A version of the legislation last year applied the 20-week abortion ban only to the District of Columbia. This year Republicans are invoking the case of abortion doctor Kermit Gosnell — the Philadelphia abortion doctor who was convicted last month of first-degree murders of three babies born alive — to argue for a nationwide ban on late-term abortion.

“The terrifying facts uncovered during the course of the trial of late-term abortionist Kermit Gosnell, and successive reports of similar atrocities committed across the country, remind us how an atmosphere of insensitivity can lead to horrific brutality,” said Judiciary Committee Chairman Bob Goodlatte (R-TX). “Delivered or not, babies are babies, and they can feel pain at least by 20 weeks. It is time to welcome young children who can feel pain into the human family. And this bill, at last, will do just that.”

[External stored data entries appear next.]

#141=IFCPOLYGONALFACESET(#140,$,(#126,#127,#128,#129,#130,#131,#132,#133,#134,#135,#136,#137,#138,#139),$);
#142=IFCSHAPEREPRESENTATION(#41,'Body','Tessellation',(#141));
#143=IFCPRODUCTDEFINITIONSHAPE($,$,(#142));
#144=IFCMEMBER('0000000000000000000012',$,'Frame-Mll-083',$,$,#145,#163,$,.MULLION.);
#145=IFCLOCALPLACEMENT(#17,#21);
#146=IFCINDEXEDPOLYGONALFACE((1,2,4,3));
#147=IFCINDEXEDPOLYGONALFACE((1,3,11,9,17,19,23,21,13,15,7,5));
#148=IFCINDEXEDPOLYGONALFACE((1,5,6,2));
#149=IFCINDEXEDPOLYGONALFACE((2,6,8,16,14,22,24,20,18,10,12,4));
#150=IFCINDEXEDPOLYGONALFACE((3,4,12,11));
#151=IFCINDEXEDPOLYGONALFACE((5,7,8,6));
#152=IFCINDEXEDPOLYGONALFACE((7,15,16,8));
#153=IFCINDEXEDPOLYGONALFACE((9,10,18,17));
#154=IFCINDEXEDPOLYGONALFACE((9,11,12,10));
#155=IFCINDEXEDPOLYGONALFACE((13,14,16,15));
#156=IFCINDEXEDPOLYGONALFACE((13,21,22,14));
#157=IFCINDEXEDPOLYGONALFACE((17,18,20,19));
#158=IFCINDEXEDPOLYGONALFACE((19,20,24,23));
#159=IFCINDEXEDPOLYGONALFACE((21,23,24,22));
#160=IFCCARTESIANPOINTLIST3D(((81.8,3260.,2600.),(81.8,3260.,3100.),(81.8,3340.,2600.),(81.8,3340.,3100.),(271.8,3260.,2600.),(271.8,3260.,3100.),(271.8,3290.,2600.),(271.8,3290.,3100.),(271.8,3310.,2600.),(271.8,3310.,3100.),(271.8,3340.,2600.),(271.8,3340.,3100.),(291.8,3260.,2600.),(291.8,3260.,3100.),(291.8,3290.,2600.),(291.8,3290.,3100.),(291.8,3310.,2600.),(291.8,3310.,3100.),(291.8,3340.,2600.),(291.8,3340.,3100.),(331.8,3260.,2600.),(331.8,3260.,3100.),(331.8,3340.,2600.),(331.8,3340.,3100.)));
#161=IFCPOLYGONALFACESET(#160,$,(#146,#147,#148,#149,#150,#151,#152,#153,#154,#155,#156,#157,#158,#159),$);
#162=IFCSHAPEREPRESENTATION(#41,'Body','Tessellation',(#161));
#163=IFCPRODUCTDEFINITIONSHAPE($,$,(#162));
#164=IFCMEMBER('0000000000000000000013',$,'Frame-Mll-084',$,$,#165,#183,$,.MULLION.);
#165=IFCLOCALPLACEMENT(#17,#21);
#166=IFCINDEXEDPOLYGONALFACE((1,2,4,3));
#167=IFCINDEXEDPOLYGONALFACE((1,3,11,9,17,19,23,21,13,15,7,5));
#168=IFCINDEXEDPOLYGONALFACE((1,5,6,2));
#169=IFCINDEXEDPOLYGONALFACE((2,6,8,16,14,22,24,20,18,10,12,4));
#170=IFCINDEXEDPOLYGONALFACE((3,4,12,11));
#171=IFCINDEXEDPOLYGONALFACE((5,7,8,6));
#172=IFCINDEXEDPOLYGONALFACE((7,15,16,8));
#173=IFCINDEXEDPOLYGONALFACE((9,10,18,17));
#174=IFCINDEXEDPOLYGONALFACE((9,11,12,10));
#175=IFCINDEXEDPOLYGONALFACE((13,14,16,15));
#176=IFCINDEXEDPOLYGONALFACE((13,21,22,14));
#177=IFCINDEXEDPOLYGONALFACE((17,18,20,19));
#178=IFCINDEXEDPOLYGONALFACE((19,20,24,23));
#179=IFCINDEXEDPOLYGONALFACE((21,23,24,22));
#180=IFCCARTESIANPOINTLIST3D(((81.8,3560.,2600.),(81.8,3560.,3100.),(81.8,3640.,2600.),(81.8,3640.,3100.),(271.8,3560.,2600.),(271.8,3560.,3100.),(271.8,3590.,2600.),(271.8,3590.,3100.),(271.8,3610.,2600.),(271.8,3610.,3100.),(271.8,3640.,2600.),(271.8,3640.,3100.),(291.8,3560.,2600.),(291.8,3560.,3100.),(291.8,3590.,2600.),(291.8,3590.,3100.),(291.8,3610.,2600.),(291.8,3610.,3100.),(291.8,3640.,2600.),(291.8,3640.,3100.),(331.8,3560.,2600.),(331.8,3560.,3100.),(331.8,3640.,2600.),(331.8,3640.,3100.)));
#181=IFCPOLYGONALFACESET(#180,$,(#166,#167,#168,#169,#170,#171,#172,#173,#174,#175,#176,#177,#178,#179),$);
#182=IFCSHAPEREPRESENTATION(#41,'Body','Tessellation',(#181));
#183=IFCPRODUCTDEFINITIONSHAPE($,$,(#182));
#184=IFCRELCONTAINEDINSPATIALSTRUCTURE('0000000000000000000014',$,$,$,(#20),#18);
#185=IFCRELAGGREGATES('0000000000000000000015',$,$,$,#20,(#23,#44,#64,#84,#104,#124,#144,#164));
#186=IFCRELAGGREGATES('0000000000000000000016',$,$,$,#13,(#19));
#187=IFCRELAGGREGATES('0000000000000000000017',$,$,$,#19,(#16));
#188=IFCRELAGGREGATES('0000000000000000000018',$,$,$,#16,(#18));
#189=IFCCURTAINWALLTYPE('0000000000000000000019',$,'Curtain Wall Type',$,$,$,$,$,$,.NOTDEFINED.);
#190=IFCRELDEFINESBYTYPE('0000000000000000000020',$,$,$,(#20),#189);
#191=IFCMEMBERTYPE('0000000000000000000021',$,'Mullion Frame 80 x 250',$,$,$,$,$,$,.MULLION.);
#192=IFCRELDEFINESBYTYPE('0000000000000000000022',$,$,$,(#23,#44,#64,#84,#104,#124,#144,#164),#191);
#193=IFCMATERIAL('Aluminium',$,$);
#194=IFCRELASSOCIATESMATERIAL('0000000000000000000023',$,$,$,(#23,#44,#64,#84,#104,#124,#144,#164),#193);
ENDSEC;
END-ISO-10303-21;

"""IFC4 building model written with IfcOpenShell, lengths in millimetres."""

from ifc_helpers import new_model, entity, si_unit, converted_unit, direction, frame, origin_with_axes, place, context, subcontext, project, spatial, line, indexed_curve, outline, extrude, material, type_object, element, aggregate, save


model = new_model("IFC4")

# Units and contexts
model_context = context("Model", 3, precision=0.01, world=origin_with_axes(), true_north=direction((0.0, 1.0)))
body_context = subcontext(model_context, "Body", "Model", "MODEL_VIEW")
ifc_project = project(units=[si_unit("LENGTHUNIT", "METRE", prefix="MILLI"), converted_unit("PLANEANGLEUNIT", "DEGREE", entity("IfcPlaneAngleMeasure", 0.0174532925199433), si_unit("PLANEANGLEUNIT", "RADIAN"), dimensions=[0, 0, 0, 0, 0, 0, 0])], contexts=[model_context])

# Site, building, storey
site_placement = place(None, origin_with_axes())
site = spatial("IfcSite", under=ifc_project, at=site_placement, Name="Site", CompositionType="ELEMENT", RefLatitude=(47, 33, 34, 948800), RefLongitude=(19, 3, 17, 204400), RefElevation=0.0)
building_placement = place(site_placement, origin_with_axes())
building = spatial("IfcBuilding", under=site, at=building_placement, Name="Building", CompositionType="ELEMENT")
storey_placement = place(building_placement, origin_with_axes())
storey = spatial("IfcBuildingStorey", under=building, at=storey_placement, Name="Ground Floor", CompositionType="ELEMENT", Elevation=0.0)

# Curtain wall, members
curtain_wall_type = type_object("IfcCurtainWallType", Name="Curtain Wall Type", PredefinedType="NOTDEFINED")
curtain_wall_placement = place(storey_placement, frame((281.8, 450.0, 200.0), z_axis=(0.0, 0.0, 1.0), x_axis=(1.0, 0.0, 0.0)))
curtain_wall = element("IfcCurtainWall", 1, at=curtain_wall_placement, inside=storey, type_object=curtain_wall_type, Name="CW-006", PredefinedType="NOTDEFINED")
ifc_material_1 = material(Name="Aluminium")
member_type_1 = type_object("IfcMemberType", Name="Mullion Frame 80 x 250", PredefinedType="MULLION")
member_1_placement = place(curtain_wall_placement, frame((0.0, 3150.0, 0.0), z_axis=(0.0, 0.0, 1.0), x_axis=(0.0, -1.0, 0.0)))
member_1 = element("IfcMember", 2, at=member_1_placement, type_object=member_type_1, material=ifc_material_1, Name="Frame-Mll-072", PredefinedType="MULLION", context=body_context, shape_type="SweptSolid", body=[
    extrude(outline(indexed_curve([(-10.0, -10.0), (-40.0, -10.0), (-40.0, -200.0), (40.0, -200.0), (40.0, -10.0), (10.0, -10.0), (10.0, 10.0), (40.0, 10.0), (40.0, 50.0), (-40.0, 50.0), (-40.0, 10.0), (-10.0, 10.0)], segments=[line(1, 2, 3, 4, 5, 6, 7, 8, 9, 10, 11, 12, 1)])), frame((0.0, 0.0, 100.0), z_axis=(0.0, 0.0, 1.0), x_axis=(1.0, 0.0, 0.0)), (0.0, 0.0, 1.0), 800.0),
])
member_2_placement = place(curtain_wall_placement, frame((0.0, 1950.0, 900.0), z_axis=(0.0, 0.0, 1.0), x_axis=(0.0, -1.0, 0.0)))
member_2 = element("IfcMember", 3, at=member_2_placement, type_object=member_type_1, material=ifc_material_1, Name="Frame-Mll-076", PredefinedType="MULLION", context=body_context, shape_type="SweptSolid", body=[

Franks likened late-term abortion to a human rights issue on the scale of slavery and genocide.

The bill is expected to pass the House and then die in the Democratic-led Senate, while winning the praise of anti-abortion voters whom Republicans rely on and incurring the wrath of reproductive rights advocates. While the Republican Party’s ongoing focus on curtailing legal abortion will energize social conservatives, it’s also likely to cost the party with women voters, who already prefer Democrats by considerable margins.

“The idea that the Republican men on this committee think they can tell the women of America they have to carry to term the product of a rape is outrageous,” said Rep. Zoe Lofgren (D-CA).

Rep. Jerry Nadler (D-NY), echoing his Democratic colleagues’ arguments against the legislation, called it “misguided, cruel and unconstitutional.”

There is not conclusive scientific evidence that fetuses can feel pain at 24 weeks of gestation. Just 1.4 percent of abortions involve fetuses older than 20 weeks, according to the Centers for Disease Control and Prevention — many of which are to protect the mother’s life or health.

The committee rejected two Democratic amendments aimed at creating exceptions for rape, incest and the health of the mother. The Republican Franks described them as efforts to “kill the bill,” claiming that incidence of pregnancy from rape was “very low.”

Nadler said the answer to Gosnell is to provide high-quality health care so women don’t have to resort to criminals like him, and “if that means funding a Planned Parenthood clinic in every neighborhood to put guys like Gosnell out of business, so be it.”

Rep. Sheila Jackson Lee (D-TX), mocking the male-dominated group of Republicans on the committee, said, “There’s limited experience on this panel of those who’ve actually given birth.”